=== TASK ===
Will you quote only the lines starting at the one that contains "# Units and contexts" and ending with the last line of the listing below, inclusive?

=== RECORDS FOR THIS TASK ===
------------

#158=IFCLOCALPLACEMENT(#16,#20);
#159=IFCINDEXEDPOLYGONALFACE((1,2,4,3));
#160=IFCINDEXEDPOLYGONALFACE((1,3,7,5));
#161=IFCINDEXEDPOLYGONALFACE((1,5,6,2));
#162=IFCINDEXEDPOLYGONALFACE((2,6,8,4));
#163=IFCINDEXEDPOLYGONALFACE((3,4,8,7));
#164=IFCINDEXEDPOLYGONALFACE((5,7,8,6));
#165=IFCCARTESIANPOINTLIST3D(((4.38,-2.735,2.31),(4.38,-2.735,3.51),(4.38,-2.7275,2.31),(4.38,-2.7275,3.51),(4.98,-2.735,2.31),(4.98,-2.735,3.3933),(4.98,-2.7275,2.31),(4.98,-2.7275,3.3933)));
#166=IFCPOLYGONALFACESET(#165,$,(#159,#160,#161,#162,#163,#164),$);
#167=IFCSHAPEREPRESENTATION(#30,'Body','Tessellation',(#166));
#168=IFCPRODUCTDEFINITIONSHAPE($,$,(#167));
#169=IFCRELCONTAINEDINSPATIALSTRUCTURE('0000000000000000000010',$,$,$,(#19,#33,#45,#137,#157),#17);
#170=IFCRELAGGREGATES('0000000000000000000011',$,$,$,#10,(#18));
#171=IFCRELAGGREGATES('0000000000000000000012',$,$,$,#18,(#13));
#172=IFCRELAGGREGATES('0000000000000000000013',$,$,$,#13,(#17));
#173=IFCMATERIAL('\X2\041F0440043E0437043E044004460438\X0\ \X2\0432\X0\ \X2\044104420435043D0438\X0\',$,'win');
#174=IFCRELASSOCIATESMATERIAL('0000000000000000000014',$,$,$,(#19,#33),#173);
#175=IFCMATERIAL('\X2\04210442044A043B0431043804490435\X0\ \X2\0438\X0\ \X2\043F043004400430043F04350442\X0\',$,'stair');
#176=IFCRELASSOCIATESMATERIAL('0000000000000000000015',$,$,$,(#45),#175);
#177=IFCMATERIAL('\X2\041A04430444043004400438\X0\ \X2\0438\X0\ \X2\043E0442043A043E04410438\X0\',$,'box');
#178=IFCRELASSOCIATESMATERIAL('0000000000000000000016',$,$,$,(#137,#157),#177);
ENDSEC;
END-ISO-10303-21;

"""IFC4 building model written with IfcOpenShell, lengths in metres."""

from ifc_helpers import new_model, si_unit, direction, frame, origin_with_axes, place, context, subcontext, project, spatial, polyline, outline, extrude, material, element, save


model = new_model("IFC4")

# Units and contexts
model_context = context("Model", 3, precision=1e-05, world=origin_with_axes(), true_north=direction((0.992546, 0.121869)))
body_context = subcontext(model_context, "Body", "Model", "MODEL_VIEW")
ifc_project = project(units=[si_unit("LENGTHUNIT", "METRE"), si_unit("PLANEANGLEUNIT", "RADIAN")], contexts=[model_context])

------------

=== EXPECTED ANSWER ===
# Units and contexts
model_context = context("Model", 3, precision=1e-05, world=origin_with_axes(), true_north=direction((0.992546, 0.121869)))
body_context = subcontext(model_context, "Body", "Model", "MODEL_VIEW")
ifc_project = project(units=[si_unit("LENGTHUNIT", "METRE"), si_unit("PLANEANGLEUNIT", "RADIAN")], contexts=[model_context])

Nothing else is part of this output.